▸ WHAT IS REQUIRED:
Where the string "IFCSHAPEREPRESENTATION" occurs in a line of the data below, that line should be copied.

▸ RECORDS TO PROCESS:
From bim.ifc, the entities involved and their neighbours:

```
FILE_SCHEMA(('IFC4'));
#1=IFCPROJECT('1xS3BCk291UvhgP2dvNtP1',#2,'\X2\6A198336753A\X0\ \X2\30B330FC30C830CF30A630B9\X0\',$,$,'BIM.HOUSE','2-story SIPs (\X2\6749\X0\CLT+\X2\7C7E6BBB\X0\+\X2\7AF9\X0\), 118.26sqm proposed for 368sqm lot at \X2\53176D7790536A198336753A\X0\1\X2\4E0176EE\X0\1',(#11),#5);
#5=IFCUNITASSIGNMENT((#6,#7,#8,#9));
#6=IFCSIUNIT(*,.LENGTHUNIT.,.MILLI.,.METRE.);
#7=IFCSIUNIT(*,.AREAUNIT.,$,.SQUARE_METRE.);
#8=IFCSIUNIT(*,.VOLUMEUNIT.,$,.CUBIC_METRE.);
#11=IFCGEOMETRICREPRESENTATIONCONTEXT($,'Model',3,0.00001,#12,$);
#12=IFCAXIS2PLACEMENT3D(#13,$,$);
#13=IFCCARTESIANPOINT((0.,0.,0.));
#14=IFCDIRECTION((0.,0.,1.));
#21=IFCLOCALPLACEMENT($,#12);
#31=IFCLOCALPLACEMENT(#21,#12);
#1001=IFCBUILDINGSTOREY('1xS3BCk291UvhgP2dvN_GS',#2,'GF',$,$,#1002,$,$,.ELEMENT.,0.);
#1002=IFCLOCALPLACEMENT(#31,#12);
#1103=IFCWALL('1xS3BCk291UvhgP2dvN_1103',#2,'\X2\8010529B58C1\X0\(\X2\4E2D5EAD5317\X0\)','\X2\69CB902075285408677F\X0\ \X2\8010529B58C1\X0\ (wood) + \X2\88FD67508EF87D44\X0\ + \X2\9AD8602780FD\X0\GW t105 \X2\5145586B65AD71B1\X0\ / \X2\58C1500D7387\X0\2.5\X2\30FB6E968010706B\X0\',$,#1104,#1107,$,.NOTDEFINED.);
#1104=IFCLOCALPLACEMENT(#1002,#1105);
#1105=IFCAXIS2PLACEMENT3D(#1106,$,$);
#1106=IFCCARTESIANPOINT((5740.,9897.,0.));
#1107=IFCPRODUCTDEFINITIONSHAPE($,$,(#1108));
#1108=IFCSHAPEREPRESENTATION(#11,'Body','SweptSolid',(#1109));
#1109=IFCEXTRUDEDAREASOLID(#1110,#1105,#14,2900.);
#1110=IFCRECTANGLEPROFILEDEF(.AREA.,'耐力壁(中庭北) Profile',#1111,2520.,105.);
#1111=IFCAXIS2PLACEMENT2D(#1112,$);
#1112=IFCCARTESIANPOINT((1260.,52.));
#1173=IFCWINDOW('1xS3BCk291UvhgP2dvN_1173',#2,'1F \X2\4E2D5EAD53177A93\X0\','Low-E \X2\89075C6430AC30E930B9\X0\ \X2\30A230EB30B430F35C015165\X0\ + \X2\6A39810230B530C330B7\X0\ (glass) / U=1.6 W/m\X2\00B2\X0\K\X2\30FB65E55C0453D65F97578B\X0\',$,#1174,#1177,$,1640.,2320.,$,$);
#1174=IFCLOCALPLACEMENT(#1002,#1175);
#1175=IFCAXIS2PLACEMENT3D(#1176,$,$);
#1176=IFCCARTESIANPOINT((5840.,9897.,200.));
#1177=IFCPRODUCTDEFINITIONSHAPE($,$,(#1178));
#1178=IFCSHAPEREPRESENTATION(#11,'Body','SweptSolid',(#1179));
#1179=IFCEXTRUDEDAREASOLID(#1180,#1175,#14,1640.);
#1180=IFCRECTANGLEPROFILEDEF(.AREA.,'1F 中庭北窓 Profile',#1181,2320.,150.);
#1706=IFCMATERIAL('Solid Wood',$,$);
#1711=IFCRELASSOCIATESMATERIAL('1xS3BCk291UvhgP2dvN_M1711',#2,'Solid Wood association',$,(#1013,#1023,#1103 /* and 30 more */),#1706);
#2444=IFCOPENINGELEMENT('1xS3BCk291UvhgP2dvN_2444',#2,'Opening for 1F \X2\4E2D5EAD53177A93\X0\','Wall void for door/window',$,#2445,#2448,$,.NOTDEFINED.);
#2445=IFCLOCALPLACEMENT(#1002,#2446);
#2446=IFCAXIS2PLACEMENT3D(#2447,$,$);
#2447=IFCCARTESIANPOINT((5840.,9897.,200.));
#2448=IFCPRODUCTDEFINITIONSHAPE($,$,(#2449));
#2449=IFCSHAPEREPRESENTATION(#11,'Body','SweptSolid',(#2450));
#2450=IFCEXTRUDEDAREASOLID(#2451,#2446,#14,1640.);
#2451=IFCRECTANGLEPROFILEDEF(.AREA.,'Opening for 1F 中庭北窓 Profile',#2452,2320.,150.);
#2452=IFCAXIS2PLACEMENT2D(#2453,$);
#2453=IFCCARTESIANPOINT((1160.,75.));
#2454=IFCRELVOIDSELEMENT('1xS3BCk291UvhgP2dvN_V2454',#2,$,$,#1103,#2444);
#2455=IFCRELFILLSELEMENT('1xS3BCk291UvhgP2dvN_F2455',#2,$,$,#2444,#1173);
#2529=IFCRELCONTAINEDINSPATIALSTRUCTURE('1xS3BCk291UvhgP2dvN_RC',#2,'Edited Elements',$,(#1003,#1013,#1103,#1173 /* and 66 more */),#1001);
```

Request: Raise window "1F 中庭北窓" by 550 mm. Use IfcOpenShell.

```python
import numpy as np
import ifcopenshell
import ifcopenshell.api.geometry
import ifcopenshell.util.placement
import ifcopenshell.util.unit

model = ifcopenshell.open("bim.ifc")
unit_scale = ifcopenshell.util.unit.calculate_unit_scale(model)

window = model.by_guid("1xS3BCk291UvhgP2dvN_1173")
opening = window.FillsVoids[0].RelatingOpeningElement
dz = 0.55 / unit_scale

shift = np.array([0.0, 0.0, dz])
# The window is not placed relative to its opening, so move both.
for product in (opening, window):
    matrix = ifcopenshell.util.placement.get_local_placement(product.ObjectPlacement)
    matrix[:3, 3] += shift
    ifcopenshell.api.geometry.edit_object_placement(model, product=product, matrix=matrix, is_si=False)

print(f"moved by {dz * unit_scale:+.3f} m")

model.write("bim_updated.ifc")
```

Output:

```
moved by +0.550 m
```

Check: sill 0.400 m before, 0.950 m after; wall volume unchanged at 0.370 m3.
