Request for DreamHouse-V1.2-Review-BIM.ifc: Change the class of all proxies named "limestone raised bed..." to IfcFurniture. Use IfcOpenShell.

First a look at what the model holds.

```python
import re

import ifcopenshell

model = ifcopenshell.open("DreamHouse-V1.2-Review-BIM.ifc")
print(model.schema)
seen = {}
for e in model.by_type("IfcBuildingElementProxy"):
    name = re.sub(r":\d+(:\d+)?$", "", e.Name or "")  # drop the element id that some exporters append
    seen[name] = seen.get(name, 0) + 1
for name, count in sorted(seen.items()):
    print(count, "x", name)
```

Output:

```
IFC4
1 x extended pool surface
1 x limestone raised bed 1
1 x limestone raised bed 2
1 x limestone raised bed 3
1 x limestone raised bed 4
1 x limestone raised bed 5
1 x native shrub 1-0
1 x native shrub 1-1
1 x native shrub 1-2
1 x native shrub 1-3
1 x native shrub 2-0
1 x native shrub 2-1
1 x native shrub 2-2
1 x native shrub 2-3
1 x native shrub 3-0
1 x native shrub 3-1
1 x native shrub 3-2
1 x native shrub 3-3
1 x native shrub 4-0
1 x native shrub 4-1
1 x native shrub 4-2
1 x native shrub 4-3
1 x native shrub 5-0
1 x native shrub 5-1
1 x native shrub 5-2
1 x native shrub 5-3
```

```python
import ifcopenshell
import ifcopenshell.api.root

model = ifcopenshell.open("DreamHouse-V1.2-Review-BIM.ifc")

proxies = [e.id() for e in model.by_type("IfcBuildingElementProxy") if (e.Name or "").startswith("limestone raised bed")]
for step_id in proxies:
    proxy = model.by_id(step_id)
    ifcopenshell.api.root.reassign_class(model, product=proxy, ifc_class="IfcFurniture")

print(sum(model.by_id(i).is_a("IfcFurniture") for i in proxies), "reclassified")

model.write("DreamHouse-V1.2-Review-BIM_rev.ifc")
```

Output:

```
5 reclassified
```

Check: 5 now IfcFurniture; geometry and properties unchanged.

▸ REPLY:
#1108=IFCSHAPEREPRESENTATION(#11,'Body','SweptSolid',(#1109));
#1178=IFCSHAPEREPRESENTATION(#11,'Body','SweptSolid',(#1179));
#2449=IFCSHAPEREPRESENTATION(#11,'Body','SweptSolid',(#2450));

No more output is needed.